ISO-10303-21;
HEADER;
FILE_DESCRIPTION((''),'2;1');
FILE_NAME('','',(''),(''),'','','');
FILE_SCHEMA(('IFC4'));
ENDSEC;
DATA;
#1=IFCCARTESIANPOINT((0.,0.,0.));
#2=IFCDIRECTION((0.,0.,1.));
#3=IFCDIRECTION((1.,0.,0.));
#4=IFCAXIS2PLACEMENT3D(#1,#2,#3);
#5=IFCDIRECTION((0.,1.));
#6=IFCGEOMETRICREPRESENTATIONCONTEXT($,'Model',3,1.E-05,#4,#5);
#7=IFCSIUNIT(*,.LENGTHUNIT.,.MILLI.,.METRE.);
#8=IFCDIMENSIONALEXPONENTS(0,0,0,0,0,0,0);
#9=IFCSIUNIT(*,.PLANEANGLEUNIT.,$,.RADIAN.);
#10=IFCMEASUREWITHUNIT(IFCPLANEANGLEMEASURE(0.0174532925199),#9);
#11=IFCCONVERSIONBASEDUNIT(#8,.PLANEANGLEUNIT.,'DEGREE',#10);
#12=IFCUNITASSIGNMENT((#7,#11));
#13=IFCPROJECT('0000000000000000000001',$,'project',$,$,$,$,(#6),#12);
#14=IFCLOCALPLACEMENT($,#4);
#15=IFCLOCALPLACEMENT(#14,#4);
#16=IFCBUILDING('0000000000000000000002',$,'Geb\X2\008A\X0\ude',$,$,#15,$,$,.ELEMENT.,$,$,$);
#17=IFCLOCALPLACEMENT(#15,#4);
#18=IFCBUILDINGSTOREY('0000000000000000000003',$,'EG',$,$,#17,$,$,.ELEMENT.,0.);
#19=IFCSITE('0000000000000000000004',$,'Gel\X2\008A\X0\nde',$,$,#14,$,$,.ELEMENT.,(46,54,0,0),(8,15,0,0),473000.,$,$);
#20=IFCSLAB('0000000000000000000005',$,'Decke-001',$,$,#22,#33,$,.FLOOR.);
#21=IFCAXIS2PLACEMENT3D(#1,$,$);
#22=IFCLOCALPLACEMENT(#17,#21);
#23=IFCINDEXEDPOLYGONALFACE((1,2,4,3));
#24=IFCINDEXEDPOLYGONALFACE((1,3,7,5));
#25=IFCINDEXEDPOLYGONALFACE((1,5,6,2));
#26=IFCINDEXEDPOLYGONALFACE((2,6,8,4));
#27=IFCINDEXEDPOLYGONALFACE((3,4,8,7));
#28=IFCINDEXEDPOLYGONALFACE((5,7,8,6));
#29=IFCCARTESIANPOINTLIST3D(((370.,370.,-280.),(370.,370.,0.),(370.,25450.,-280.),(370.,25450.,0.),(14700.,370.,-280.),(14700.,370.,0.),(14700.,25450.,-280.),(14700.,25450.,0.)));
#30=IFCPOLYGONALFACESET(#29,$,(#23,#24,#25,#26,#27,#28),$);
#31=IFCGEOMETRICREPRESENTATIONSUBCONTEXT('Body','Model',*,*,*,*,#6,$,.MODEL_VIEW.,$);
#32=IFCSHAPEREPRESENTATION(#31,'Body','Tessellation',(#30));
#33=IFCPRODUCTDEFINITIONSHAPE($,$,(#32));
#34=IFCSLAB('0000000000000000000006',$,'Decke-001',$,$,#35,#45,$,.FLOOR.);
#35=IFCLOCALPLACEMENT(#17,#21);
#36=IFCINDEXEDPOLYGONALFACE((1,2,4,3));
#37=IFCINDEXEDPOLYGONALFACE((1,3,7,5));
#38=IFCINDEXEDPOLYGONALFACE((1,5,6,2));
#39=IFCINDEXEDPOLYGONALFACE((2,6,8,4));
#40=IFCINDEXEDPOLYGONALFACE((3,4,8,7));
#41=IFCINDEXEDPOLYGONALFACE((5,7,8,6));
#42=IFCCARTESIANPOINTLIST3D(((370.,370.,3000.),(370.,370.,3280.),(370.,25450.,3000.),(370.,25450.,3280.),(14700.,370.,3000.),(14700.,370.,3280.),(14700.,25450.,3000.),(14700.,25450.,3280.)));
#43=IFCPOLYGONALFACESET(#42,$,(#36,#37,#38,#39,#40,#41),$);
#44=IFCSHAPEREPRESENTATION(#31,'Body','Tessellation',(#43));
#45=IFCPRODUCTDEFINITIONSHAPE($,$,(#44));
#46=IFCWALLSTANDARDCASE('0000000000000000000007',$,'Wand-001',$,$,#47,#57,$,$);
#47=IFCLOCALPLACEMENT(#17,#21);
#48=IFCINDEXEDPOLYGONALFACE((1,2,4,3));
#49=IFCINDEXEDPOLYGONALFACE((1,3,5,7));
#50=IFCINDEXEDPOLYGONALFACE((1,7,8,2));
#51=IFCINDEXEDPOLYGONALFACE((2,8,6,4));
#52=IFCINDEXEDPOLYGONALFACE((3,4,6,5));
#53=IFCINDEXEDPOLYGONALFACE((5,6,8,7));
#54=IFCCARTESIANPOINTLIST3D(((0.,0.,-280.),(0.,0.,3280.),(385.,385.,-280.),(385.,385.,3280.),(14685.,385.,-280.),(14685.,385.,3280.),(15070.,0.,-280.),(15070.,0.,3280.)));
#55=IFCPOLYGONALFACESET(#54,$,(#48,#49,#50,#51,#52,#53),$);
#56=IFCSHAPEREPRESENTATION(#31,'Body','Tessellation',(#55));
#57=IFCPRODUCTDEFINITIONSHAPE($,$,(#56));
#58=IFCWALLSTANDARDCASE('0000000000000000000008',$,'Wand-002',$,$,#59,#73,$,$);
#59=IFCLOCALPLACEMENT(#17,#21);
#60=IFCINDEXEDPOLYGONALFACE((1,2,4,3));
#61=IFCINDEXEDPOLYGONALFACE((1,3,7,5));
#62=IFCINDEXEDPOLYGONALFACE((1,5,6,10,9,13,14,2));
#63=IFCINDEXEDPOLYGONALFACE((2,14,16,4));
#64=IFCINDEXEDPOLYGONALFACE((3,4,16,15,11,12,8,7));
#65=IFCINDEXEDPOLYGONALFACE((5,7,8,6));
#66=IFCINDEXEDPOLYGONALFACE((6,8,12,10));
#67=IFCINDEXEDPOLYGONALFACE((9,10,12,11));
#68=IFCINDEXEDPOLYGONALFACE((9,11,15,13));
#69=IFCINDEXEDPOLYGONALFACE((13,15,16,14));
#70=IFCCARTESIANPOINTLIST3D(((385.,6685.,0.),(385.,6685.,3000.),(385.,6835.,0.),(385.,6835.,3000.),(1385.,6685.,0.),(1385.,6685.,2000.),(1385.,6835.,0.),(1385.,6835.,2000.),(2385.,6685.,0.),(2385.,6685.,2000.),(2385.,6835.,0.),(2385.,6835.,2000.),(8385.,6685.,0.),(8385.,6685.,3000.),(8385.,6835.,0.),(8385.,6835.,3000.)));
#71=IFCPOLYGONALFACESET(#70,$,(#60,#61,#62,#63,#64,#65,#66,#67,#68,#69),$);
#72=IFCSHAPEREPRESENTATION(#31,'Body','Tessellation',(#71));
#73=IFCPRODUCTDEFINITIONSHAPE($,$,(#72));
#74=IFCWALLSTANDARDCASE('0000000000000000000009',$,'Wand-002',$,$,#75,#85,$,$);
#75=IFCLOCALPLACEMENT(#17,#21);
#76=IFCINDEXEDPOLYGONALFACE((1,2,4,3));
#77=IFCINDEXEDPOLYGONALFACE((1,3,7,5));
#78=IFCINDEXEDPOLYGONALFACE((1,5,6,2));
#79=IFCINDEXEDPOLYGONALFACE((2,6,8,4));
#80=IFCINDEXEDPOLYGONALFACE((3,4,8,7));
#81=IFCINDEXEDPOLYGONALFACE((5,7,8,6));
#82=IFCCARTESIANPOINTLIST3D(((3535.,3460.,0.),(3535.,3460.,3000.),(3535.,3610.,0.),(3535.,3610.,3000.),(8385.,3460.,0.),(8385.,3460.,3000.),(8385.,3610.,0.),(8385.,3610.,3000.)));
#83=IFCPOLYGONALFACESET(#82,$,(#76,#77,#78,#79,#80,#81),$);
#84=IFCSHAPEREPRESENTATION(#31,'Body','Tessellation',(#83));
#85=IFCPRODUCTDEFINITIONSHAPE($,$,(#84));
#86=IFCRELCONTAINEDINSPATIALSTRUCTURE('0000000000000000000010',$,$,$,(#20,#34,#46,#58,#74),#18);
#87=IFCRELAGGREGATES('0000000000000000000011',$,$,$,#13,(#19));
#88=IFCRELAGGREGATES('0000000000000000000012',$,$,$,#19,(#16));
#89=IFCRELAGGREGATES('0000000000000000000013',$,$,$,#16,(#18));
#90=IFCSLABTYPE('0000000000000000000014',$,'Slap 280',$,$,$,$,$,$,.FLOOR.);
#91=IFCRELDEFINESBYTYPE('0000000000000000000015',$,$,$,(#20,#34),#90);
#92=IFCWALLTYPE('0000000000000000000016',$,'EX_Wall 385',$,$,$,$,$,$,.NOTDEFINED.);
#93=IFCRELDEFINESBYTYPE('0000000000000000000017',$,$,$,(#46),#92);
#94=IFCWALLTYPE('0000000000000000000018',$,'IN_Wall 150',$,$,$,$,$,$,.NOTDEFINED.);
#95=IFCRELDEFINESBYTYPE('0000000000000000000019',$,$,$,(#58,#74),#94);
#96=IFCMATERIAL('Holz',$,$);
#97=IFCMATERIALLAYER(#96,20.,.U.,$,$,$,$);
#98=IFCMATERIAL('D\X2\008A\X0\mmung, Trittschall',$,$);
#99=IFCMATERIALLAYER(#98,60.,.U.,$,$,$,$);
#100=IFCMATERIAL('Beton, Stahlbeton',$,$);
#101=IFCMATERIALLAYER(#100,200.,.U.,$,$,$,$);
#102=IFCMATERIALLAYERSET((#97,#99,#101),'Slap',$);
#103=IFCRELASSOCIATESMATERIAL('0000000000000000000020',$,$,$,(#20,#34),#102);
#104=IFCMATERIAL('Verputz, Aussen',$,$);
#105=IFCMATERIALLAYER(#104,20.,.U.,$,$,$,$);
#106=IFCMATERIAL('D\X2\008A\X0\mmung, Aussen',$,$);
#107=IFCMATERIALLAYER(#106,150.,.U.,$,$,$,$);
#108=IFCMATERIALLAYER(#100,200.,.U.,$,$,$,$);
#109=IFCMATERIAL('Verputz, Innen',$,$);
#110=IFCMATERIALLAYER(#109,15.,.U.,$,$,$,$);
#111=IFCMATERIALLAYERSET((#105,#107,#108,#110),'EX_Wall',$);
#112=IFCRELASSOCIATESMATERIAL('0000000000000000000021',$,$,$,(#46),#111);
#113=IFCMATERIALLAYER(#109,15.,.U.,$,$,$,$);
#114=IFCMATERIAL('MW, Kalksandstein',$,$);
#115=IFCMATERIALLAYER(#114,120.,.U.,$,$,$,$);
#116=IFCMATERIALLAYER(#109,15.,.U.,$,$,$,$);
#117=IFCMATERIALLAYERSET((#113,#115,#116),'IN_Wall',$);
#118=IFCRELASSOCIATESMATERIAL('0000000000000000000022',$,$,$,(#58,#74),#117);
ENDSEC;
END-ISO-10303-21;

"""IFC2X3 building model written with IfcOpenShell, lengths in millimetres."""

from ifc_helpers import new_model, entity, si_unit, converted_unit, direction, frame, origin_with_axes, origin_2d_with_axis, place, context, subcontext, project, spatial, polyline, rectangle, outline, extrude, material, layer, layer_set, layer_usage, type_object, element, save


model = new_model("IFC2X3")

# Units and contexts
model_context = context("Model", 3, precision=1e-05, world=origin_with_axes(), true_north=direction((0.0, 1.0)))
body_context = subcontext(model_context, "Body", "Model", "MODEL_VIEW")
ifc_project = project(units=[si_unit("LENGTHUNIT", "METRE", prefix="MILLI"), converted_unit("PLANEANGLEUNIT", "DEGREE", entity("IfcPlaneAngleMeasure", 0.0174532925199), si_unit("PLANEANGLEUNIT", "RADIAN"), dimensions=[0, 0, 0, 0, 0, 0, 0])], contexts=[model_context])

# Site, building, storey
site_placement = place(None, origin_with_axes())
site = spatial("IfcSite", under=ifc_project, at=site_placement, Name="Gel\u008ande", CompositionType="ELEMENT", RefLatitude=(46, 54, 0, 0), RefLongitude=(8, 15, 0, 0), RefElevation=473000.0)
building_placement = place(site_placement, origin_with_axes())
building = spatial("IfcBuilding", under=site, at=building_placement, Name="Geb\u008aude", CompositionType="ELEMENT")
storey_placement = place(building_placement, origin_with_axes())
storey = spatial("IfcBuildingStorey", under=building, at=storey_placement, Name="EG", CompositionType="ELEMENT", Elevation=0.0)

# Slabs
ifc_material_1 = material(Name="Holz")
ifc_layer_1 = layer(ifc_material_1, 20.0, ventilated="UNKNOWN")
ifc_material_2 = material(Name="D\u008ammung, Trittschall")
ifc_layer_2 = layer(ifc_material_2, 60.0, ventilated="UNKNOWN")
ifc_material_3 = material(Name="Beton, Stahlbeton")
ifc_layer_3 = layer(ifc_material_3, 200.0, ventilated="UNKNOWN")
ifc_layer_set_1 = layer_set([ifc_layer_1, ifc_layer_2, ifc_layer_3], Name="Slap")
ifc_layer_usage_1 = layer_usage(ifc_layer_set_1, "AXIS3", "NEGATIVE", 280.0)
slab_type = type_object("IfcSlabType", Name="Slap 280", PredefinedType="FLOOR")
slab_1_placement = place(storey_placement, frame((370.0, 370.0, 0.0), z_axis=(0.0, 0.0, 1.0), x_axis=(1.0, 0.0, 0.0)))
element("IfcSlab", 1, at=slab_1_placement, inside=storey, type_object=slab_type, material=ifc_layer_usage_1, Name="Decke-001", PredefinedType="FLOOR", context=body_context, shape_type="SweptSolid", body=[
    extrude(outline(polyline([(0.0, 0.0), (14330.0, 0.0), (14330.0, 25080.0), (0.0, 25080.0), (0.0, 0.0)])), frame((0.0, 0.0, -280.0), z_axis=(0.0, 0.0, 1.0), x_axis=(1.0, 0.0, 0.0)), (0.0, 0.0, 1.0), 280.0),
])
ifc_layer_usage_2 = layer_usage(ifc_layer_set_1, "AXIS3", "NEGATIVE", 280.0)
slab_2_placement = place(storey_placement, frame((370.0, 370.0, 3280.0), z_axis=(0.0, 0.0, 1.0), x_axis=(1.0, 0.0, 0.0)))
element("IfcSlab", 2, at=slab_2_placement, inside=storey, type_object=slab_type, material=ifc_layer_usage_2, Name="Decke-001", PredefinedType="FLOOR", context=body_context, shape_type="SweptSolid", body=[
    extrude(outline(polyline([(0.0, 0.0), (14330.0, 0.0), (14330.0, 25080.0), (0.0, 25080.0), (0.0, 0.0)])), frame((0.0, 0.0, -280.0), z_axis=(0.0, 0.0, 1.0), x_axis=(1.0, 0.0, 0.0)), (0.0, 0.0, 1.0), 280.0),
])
==========
— Problem —
Filter the records above for the string "IFCLOCALPLACEMENT" and copy each matching line.

— Exercise response —
#14=IFCLOCALPLACEMENT($,#4);
#15=IFCLOCALPLACEMENT(#14,#4);
#17=IFCLOCALPLACEMENT(#15,#4);
#22=IFCLOCALPLACEMENT(#17,#21);
#35=IFCLOCALPLACEMENT(#17,#21);
#47=IFCLOCALPLACEMENT(#17,#21);
#59=IFCLOCALPLACEMENT(#17,#21);
#75=IFCLOCALPLACEMENT(#17,#21);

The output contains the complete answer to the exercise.